The United States added an average of 234,000 new jobs per month last year.

The Labor Department is expected to report on Friday that employers added another 180,000 jobs, according to a survey of forecasts by data firm FactSet.

The unemployment rate is expected to be 3.9%, marking the 28th consecutive month that it has remained below 4%.

The United States added an average of 234,000 new jobs per month last year.

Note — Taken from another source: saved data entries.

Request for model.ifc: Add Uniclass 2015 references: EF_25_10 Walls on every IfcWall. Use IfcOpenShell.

First a look at what the model holds.

```python
import ifcopenshell

model = ifcopenshell.open("model.ifc")
print(model.schema)
print("classifications:", [c.Name for c in model.by_type("IfcClassification")])
for ifc_class in ("IfcDoor", "IfcRoof", "IfcStair", "IfcWall", "IfcWindow"):
    print(ifc_class, len(model.by_type(ifc_class)))
```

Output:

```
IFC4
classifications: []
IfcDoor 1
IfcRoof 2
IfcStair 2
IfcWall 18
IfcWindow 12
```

```python
import ifcopenshell
import ifcopenshell.api.classification

model = ifcopenshell.open("model.ifc")

system = ifcopenshell.api.classification.add_classification(model, classification="Uniclass 2015")

codes = {
    "IfcWall": ("EF_25_10", "Walls"),
}
for ifc_class, (code, name) in codes.items():
    products = model.by_type(ifc_class)
    ifcopenshell.api.classification.add_reference(
        model, products=products, classification=system, identification=code, name=name
    )
    print(code, len(products))

model.write("model_updated.ifc")
```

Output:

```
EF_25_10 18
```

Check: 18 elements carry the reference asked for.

AP

This will be the longest such period since the 35 months from 1951 to 1953 during the Korean War.

Still, high interest rates are taking a toll.

The economy grew at an annualized rate of just 1.3% in the January-March period, the weakest since spring 2022.

Much of the first-quarter slowdown was caused by volatile factors such as a surge in imports and a decline in business inventories.

Consumer spending, which accounts for 70% of U.S. economic activity, continued to grow but at an annualized rate of 2%, down from 3.3% in the final three months of 2023.

It was expected that lower interest rates would help the economy.

The economy grew at an annualized rate of just 1.3% in the January-March period, the weakest since spring 2022. Christopher Sadowski

The Federal Reserve has signaled it plans to cut interest rates three times this year.

However, the start of rate cuts continues to be postponed as inflation remains above the central bank’s 2% target.

According to the CME FedWatch tool, Wall Street investors currently expect the first rate cut to not come until the Fed’s September meeting.

Federal Reserve policymakers are likely to welcome a drop in job openings as a relatively painless way to cool a red-hot labor market and ease pressure on companies to raise wages, which could fuel inflation.

“Overall, job openings remain high, signaling strong demand for workers,” said Rubeela Farooqui, chief U.S. economist at High Frequency Economics. “However, job openings continue to move in the right direction toward pre-pandemic levels, signaling a normalization of labor supply and demand.”